Arrange arbitrarily $1,2,\ldots ,25$ on a circumference. We consider all $25$ sums obtained by adding $5$ consecutive numbers. If the number of distinct residues of those sums modulo $5$ is $d$ $(0\le d\le 5)$,find all possible values of $d$.
Problem
Source: Lithuania NMO 2010
Tags: combinatorics proposed, combinatorics
16.03.2012 17:07
Let those numbers be $a_i$, for $1\leq i\leq 25$. From now on, $a_{i+25}=a_i$. Let $s_i=a_i+a_{i+1}+a_{i+2}+a_{i+3}+a_{i+4}$. To get $d=1$, $a_i=i$ is a solution, because $s_i\equiv 0(\mod 5)$ for all $i$. To get $d=3$, use the previous solution but with $a_5=6$ and $a_6=5$. This only changes $s_1$, which is now 11, and $s_6$, which is now 39. All the values of $s_i$ are now 0, 1 or 4 modulo 5. To get $d=4$, use the previous solution but with $a_{10}=12$ and $a_{12}=10$. This only changes $s_6$, which is now 41; $s_7$, which is now 47, and $s_{11}$ and $s_12$, which are now both 3 modulo 5. All the values of $s_i$ are now 0, 1, 2 or 3 modulo 5. To get $d=5$, make $5|a_i$ for $1\leq i\leq 4$, and $a_i\equiv 1(\mod 5)$ for $5\leq i\leq 9$. Now $s_i\equiv i(\mod 5)$ for $1\leq i\leq 5$. Finally, we have to prove that $d$ can't be 2. Suppose that all the $s_i$ are $m$ or $n$ modulo 5, and that there is at least one of each of them. We can suppose wlog that $s_1\equiv s_2\equiv m(\mod 5)$ and $s_3\equiv n(\mod 5)$ (from the conditions, somewhere in the circle there must be three consecutive $s_i$ congruent with mmn or nnm, because 25 is odd).
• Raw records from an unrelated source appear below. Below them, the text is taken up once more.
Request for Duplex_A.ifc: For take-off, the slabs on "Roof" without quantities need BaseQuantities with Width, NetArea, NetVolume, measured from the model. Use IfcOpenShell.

First a look at what the model holds.

```python
import ifcopenshell
import ifcopenshell.util.element
import ifcopenshell.util.unit

model = ifcopenshell.open("Duplex_A.ifc")
print(model.schema)
for unit_type in ("LENGTHUNIT", "AREAUNIT", "VOLUMEUNIT"):
    print(unit_type, ifcopenshell.util.unit.calculate_unit_scale(model, unit_type))
storey = next(s for s in model.by_type("IfcBuildingStorey") if s.Name == "Roof")
slabs = [e for e in ifcopenshell.util.element.get_decomposition(storey) if e.is_a("IfcSlab")]
for e in sorted(slabs, key=lambda e: e.id()):
    print(e.id(), e.is_a(), e.Name, list(ifcopenshell.util.element.get_psets(e, qtos_only=True)), sep=" | ")
```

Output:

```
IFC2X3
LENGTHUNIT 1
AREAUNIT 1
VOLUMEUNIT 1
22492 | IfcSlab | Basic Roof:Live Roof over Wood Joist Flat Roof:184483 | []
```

```python
import ifcopenshell
import ifcopenshell.api.pset
import ifcopenshell.geom
import ifcopenshell.util.element
import ifcopenshell.util.shape
import ifcopenshell.util.unit

model = ifcopenshell.open("Duplex_A.ifc")
unit_scale = ifcopenshell.util.unit.calculate_unit_scale(model)
area_scale = ifcopenshell.util.unit.calculate_unit_scale(model, "AREAUNIT")
volume_scale = ifcopenshell.util.unit.calculate_unit_scale(model, "VOLUMEUNIT")
settings = ifcopenshell.geom.settings()

storey = next(s for s in model.by_type("IfcBuildingStorey") if s.Name == "Roof")
slabs = [e for e in ifcopenshell.util.element.get_decomposition(storey) if e.is_a("IfcSlab")]

for e in sorted(slabs, key=lambda e: e.id()):
    if ifcopenshell.util.element.get_psets(e, qtos_only=True, should_inherit=False):
        continue
    # Geometry comes back in metres, in the element's own axes.
    shape = ifcopenshell.geom.create_shape(settings, e)
    values = {
        "Width": ifcopenshell.util.shape.get_z(shape.geometry) / unit_scale,
        "NetArea": ifcopenshell.util.shape.get_footprint_area(shape.geometry) / area_scale,
        "NetVolume": ifcopenshell.util.shape.get_volume(shape.geometry) / volume_scale,
    }
    qto = ifcopenshell.api.pset.add_qto(model, product=e, name="BaseQuantities")
    ifcopenshell.api.pset.edit_qto(model, qto=qto, properties=values)
    print(e.id(), {k: round(v, 3) for k, v in values.items()})

model.write("Duplex_A_v2.ifc")
```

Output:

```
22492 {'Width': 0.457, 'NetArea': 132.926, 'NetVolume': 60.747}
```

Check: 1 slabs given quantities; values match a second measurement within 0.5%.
Now notice that $\sum\limits_{j=0}^{4}s_{i+5j}\equiv\sum\limits_{i=1}^{25}a_i\equiv 0(\mod 5)$. The sum of five terms, each congruent with $m$ or $n$ modulo 5, is a multiple of five, so all of them must have the same residue modulo 5. $s_{i+1}-s_{i}=a_{i+5}-a_i$. We can see then that $5|a_{i+5}-a_{i}$ if $i\equiv 1(\mod 5)$, and $a_1$, $a_6$, $a_{11}$, $a_{16}$ and $a_{21}$ all have the same residue modulo 5. We also see that $a_{i+5}-a_{i}\equiv n-m(\mod 5)$ if $i\equiv 2(\mod 5)$. $a_2$, $a_7$, $a_{12}$, $a_{17}$ and $a_{22}$ all have different residues modulo 5, and one of them has the same residue as $a_1$. We've found 6 numbers with the same residue modulo 5, which is impossible since the $a_i$ were the numbers from 1 to 25.
20.03.2012 16:01
Alvid wrote: $a_2$, $a_7$, $a_{12}$, $a_{17}$ and $a_{22}$ all have different residues modulo 5, and one of them has the same residue as $a_1$. We've found 6 numbers with the same residue modulo 5, which is impossible since the $a_i$ were the numbers from 1 to 25. From ${s_2}\not \equiv {s_3}(\bmod 5)$,we have ${a_{5k + 2}}\not \equiv {a_{5k + 7}}(\bmod 5)$ for all integer $k$, but we cannot say $a_2$, $a_7$, $a_{12}$, $a_{17}$ and $a_{22}$ all have different residues modulo 5.
21.03.2012 19:38
yunxiu wrote: From ${s_2}\not \equiv {s_3}(\bmod 5)$,we have ${a_{5k + 2}}\not \equiv {a_{5k + 7}}(\bmod 5)$ for all integer $k$, but we cannot say $a_2$, $a_7$, $a_{12}$, $a_{17}$ and $a_{22}$ all have different residues modulo 5. We have that $s_2\equiv s_7\equiv s_{12}\equiv s_{17}\equiv s_{22}\equiv m (\bmod 5)$ and $s_3\equiv s_8\equiv s_{13}\equiv s_{18}\equiv s_{23}\equiv n (\bmod 5)$. $n-m\equiv s_{5k+3}-s_{5k+2}\equiv a_{5k+7}-a_{5k+2} (\bmod 5)$, and therefore $a_{5k+2}\equiv a_2+k(n-m) (\bmod 5)$. 5 does not divide $n-m$, so these five numbers are different modulo 5.